WORK REQUIRED: Take the lines below between the one holding "building_placement = place(site_placement, origin())" and the one holding "frame((4422.0, 6088.0, 2900.0)))", inclusive, and copy them exactly. Add nothing.

DATA IN THIS EXERCISE Block Start

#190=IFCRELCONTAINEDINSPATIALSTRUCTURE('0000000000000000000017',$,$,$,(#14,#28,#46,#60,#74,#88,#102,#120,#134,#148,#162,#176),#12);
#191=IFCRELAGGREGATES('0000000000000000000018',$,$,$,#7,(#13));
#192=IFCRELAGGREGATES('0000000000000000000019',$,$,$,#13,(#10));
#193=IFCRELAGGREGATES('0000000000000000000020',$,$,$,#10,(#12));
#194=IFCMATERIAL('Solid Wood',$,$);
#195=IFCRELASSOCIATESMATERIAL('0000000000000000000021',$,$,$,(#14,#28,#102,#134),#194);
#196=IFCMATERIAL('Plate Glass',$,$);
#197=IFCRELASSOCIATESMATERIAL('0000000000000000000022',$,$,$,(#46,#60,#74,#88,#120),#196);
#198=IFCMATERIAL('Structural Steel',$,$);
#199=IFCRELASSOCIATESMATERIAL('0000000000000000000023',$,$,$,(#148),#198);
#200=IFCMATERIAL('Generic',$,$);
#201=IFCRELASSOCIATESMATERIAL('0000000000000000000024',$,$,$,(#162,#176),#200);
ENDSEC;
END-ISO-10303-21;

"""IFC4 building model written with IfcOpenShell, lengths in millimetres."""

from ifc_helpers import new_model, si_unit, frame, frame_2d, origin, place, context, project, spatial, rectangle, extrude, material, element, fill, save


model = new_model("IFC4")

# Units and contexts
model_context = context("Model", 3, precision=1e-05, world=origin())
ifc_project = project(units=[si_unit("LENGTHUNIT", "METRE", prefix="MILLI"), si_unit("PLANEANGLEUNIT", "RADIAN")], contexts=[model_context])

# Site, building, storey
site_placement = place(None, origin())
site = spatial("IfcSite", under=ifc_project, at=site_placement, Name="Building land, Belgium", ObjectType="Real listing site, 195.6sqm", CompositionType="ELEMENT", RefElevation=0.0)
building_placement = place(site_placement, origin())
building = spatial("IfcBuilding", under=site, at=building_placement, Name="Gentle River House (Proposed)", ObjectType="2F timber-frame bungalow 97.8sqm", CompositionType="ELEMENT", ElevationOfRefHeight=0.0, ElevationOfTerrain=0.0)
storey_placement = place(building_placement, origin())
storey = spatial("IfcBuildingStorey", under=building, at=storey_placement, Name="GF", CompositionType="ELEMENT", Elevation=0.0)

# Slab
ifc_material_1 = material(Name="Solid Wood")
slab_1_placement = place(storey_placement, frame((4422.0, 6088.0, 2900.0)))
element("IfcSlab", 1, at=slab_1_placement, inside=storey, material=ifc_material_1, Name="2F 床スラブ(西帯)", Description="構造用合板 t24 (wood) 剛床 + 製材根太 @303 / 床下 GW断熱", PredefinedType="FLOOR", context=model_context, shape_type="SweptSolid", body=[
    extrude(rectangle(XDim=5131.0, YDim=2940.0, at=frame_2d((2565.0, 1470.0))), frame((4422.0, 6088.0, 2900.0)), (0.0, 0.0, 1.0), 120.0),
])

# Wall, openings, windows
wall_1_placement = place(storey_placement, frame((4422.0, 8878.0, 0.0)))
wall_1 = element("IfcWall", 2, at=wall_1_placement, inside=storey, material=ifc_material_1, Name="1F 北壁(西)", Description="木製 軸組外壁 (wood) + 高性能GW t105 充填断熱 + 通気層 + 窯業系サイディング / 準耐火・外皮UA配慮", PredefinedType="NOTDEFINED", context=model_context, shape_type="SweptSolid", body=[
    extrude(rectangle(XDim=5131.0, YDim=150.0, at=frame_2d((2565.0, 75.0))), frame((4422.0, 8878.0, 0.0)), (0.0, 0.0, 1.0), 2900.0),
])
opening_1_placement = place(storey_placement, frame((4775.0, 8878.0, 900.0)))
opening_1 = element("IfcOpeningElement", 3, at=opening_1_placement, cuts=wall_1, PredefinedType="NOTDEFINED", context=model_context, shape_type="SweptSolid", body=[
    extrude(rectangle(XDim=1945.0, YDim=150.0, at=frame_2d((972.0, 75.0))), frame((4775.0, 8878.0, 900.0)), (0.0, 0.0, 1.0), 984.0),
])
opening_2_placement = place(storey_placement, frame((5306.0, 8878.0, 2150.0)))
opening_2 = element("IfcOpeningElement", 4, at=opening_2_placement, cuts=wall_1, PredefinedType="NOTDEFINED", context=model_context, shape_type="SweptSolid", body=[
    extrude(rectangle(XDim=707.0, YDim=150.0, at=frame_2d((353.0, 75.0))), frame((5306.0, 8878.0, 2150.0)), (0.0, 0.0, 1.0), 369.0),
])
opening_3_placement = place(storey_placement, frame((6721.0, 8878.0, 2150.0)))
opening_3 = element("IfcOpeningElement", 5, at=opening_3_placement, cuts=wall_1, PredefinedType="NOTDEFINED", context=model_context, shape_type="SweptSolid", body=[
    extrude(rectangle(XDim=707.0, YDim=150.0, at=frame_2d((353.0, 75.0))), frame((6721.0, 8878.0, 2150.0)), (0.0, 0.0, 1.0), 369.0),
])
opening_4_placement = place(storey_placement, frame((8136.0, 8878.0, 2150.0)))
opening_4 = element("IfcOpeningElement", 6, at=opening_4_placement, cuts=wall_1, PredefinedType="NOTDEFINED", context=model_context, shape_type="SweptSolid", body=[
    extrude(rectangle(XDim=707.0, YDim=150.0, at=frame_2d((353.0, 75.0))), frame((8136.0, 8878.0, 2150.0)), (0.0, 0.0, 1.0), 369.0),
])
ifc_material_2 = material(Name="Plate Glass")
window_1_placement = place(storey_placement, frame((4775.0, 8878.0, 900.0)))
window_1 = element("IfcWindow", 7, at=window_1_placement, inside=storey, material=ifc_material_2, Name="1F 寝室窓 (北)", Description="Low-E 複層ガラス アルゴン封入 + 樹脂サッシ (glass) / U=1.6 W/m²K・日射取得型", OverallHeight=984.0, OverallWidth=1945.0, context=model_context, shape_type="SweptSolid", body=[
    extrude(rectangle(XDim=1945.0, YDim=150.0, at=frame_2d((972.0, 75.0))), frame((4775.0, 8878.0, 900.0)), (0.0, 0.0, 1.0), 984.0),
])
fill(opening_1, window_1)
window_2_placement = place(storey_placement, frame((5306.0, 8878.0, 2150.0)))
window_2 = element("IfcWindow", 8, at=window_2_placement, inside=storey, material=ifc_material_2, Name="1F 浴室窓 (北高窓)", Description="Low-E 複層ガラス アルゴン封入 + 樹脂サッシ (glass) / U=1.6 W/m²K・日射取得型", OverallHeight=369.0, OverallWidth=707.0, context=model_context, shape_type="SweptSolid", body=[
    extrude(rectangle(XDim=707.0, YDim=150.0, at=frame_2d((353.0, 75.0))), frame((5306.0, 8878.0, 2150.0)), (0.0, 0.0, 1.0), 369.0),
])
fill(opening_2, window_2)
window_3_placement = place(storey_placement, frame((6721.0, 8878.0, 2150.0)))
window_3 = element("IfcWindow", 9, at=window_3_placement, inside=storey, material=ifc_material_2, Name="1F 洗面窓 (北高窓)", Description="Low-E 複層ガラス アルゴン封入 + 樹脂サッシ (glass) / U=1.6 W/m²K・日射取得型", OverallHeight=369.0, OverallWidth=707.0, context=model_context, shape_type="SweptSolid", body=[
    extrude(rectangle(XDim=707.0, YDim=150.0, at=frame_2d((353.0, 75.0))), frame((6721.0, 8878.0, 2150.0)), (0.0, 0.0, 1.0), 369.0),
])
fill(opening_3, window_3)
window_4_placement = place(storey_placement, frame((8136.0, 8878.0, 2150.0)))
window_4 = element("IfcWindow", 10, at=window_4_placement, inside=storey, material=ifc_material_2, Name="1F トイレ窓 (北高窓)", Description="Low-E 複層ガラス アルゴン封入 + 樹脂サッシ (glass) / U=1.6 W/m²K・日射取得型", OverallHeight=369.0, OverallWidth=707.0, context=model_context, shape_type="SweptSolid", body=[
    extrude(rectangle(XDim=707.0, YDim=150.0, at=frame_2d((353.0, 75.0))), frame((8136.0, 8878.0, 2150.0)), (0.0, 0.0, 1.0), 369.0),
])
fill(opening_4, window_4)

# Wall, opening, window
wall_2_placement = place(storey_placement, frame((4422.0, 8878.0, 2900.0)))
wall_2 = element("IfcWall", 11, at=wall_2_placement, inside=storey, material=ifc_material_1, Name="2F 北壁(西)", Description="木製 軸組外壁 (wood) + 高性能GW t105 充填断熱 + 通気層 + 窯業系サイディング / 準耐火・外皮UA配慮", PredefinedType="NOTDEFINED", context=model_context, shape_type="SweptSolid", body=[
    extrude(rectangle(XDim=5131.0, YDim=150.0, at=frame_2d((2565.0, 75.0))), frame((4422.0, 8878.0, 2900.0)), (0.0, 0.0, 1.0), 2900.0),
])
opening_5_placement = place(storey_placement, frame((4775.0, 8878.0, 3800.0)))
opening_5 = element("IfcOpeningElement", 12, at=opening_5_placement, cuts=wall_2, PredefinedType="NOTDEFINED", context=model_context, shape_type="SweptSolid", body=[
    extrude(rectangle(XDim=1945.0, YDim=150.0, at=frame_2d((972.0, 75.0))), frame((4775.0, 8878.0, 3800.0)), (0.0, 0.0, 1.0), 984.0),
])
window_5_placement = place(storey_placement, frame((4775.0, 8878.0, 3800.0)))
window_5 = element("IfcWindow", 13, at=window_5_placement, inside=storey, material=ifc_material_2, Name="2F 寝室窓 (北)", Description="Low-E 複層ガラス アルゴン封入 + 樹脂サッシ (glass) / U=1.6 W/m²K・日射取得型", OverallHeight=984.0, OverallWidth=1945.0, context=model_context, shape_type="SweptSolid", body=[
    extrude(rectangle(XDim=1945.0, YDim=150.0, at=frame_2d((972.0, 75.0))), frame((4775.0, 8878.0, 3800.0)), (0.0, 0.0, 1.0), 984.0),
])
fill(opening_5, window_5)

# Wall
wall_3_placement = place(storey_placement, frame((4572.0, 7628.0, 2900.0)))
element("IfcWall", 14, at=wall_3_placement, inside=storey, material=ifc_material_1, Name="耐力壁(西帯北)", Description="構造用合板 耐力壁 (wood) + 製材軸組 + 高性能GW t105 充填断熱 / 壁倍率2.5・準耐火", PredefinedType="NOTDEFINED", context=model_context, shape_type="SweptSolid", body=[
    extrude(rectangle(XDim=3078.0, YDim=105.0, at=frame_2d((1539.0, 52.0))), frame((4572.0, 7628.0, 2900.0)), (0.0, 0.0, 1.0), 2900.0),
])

DATA IN THIS EXERCISE Block End

RESULT:
building_placement = place(site_placement, origin())
building = spatial("IfcBuilding", under=site, at=building_placement, Name="Gentle River House (Proposed)", ObjectType="2F timber-frame bungalow 97.8sqm", CompositionType="ELEMENT", ElevationOfRefHeight=0.0, ElevationOfTerrain=0.0)
storey_placement = place(building_placement, origin())
storey = spatial("IfcBuildingStorey", under=building, at=storey_placement, Name="GF", CompositionType="ELEMENT", Elevation=0.0)

# Slab
ifc_material_1 = material(Name="Solid Wood")
slab_1_placement = place(storey_placement, frame((4422.0, 6088.0, 2900.0)))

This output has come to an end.